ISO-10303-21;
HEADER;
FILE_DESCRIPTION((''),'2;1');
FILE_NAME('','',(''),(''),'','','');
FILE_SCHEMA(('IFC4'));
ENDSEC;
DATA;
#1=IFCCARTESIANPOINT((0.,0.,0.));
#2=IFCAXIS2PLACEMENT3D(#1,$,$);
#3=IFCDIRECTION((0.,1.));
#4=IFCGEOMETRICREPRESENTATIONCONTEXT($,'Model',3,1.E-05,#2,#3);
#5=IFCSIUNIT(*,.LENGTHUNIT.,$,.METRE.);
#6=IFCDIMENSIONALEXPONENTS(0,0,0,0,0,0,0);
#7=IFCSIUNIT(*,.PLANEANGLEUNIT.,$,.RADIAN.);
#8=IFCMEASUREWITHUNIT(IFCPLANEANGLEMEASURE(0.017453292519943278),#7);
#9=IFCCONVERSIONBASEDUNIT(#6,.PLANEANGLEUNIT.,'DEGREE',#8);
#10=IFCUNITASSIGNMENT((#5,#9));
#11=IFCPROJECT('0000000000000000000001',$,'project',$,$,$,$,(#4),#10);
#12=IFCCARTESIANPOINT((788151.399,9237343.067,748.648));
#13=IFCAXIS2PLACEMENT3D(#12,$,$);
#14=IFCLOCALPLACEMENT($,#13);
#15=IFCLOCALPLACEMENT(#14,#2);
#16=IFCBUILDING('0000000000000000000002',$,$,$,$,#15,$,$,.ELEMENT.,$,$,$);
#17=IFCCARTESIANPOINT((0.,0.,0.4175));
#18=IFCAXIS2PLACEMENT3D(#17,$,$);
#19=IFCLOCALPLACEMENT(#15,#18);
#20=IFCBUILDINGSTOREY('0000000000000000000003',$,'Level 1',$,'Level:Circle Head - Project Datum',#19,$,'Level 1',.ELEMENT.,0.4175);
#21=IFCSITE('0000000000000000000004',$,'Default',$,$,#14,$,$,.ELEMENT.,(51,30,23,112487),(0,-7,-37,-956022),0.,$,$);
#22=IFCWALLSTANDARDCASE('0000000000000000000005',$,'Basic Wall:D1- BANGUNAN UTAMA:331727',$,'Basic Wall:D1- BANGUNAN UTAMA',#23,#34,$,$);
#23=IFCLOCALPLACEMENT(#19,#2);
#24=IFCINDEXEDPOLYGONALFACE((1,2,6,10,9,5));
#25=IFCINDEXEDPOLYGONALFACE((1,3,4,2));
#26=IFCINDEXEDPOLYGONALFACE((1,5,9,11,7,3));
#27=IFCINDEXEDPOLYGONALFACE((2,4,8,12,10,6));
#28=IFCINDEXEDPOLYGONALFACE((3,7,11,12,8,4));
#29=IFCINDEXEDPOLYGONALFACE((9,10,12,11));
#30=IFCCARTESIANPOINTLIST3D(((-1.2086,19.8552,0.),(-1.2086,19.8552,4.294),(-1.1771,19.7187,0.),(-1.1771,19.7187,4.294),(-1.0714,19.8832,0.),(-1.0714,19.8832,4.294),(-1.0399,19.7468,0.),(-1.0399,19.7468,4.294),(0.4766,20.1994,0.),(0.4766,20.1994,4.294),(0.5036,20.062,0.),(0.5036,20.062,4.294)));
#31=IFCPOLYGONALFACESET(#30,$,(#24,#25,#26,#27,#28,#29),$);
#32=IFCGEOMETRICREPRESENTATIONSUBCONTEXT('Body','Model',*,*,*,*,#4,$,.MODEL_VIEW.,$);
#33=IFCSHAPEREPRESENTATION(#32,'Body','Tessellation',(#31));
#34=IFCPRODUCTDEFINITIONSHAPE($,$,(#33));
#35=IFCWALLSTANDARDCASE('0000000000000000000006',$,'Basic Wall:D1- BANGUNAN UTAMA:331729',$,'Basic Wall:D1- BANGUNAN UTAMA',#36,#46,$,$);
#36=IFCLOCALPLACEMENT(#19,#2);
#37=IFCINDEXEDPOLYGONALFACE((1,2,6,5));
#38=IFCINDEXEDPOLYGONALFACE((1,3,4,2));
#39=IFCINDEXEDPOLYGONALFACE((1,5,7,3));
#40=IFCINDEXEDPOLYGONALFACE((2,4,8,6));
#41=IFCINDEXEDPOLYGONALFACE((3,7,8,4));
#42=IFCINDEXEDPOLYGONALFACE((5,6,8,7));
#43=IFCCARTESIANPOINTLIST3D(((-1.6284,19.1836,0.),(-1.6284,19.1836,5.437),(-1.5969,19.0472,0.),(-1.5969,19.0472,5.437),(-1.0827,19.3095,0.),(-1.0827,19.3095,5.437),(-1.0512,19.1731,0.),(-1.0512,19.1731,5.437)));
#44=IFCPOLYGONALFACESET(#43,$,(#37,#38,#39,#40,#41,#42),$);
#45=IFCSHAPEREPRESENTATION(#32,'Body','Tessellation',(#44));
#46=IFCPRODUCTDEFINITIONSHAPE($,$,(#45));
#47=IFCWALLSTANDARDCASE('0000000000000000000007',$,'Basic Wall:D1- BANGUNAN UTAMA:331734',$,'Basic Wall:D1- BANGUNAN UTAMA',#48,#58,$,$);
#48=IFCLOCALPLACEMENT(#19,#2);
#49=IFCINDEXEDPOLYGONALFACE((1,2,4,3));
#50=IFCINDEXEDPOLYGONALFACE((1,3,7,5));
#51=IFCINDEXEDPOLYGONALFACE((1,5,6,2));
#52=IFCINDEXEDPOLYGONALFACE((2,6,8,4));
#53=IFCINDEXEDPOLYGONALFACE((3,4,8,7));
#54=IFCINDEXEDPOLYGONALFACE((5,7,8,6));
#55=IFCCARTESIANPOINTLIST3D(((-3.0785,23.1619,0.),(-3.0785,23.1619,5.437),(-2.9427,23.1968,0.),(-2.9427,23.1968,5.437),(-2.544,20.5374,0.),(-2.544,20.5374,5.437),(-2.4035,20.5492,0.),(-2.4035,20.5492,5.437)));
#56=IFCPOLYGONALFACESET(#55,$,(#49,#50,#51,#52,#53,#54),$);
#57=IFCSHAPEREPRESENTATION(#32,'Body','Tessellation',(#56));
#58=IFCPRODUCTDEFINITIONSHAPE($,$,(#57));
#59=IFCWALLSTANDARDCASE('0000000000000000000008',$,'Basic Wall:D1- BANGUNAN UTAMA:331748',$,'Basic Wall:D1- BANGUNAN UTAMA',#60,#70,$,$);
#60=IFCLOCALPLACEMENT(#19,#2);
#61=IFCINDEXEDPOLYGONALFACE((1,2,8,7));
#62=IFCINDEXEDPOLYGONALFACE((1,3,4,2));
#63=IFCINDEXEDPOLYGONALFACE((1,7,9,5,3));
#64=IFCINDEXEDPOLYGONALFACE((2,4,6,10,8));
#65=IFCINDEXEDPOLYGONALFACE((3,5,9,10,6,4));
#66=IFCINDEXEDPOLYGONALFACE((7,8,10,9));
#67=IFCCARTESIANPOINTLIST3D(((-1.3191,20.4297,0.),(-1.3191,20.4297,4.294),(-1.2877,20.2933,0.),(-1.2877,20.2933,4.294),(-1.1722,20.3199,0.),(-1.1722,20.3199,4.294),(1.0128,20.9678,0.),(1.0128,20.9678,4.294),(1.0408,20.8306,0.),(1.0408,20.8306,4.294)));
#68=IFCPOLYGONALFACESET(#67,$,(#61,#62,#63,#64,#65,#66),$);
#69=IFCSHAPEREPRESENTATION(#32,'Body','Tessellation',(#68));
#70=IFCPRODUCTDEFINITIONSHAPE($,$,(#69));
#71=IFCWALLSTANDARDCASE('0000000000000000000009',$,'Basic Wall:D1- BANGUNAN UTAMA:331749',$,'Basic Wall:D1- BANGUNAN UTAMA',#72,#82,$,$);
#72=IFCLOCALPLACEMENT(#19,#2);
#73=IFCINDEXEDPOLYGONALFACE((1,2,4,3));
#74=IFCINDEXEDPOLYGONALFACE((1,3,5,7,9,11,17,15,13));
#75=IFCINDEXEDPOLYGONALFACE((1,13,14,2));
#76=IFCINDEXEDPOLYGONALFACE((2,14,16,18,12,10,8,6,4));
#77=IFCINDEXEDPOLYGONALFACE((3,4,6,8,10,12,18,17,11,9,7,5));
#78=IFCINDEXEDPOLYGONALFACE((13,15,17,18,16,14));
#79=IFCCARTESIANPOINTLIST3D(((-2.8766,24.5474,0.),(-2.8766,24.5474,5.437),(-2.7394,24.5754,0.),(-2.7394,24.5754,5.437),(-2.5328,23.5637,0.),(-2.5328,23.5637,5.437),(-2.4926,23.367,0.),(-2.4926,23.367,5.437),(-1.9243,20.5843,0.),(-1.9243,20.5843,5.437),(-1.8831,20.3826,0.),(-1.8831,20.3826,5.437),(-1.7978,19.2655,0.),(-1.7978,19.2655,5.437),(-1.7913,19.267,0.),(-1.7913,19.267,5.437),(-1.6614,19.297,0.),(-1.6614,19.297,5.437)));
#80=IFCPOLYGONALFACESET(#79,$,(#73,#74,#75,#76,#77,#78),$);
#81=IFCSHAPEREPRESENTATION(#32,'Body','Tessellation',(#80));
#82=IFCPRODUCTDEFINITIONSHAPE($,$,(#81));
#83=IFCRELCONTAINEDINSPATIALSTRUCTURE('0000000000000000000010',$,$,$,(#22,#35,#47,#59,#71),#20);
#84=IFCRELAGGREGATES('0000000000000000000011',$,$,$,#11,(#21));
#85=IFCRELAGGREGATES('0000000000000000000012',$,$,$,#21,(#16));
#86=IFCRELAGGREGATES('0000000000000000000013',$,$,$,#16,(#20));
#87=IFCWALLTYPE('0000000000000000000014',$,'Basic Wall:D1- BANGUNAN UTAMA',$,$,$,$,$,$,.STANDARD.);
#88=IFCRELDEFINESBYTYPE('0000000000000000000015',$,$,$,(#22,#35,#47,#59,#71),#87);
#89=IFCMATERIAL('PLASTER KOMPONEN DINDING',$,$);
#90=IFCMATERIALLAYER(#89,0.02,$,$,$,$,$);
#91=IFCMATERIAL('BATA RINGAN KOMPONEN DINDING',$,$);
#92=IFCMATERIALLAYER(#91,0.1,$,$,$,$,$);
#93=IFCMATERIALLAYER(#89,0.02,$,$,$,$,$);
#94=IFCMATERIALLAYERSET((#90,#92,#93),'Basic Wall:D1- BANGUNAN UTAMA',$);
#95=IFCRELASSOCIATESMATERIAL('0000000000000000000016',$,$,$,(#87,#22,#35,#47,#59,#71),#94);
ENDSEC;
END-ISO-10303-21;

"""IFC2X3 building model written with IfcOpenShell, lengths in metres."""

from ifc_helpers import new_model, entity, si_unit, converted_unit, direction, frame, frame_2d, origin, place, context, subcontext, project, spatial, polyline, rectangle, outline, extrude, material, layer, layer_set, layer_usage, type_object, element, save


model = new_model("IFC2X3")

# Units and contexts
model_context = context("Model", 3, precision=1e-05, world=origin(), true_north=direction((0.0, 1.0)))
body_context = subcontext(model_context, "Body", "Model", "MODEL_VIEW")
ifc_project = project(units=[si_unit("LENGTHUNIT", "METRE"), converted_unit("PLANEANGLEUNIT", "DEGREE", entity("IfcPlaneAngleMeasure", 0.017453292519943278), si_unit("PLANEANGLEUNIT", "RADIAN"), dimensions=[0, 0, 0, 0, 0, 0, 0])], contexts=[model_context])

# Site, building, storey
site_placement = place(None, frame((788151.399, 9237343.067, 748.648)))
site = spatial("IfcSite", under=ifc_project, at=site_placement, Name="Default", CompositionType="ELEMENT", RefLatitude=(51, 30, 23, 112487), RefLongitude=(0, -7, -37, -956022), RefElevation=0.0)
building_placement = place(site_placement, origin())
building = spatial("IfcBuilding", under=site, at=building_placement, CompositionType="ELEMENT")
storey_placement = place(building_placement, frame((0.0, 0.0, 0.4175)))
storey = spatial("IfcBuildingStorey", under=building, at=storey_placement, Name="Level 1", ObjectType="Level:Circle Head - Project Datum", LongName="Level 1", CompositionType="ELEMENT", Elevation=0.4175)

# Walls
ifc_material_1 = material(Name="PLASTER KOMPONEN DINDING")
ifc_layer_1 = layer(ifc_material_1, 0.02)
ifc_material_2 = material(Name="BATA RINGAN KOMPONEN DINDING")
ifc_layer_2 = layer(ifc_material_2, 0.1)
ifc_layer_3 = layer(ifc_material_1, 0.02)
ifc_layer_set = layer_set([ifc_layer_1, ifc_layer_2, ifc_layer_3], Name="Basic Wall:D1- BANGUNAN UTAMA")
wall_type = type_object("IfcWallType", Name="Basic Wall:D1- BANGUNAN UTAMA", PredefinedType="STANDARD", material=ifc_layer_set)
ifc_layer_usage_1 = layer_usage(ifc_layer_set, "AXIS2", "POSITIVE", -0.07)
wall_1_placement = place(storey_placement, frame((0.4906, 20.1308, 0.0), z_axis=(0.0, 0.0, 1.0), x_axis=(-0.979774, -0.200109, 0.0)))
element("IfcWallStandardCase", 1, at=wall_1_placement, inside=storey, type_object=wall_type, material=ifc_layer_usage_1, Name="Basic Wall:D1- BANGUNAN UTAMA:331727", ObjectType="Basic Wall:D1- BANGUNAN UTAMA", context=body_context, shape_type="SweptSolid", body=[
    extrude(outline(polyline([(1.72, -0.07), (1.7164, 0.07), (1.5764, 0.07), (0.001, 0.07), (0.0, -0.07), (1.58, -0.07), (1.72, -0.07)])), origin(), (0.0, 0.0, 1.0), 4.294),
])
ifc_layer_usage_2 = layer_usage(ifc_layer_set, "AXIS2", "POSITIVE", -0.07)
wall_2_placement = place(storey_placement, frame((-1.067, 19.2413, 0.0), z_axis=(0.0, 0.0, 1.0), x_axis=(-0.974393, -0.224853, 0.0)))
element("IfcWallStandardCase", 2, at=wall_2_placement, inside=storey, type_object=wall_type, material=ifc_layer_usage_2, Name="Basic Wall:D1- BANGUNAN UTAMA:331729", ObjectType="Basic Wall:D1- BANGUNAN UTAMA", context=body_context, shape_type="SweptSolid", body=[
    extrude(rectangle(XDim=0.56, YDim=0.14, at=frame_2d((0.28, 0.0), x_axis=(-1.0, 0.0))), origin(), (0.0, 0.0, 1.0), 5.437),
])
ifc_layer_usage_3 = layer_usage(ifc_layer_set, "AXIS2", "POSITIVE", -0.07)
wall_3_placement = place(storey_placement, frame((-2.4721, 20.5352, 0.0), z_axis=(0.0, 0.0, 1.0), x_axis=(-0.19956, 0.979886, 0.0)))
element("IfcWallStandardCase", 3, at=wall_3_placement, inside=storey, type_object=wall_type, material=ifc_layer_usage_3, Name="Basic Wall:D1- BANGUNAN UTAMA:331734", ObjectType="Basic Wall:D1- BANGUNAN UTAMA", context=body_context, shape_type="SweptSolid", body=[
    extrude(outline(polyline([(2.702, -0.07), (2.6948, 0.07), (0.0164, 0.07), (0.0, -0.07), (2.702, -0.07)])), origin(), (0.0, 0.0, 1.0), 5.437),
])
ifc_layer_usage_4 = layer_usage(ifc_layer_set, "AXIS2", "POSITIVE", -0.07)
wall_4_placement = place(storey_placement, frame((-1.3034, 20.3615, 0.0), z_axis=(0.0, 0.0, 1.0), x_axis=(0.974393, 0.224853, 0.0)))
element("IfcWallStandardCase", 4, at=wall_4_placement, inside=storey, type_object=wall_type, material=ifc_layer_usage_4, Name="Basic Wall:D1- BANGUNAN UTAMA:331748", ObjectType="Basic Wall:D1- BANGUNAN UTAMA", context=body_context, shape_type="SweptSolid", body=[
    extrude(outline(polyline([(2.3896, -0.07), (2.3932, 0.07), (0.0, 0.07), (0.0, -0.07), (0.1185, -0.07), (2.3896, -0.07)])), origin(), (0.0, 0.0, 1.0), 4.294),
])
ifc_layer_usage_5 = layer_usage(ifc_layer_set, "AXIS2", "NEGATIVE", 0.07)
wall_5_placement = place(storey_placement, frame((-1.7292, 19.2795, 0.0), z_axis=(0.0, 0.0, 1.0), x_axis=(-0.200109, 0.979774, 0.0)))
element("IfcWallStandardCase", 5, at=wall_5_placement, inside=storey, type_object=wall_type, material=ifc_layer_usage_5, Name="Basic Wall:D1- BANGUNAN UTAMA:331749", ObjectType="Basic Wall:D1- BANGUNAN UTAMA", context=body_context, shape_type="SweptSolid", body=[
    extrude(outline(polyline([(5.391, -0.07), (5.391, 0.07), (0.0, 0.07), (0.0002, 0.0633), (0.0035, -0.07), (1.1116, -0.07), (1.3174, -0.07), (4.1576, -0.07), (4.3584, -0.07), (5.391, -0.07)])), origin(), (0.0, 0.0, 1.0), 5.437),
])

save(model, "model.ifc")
============
Problem: Copy whichever lines in the listing above contain the word "IFCPOLYGONALFACESET".

Response to this exercise:
#31=IFCPOLYGONALFACESET(#30,$,(#24,#25,#26,#27,#28,#29),$);
#44=IFCPOLYGONALFACESET(#43,$,(#37,#38,#39,#40,#41,#42),$);
#56=IFCPOLYGONALFACESET(#55,$,(#49,#50,#51,#52,#53,#54),$);
#68=IFCPOLYGONALFACESET(#67,$,(#61,#62,#63,#64,#65,#66),$);
#80=IFCPOLYGONALFACESET(#79,$,(#73,#74,#75,#76,#77,#78),$);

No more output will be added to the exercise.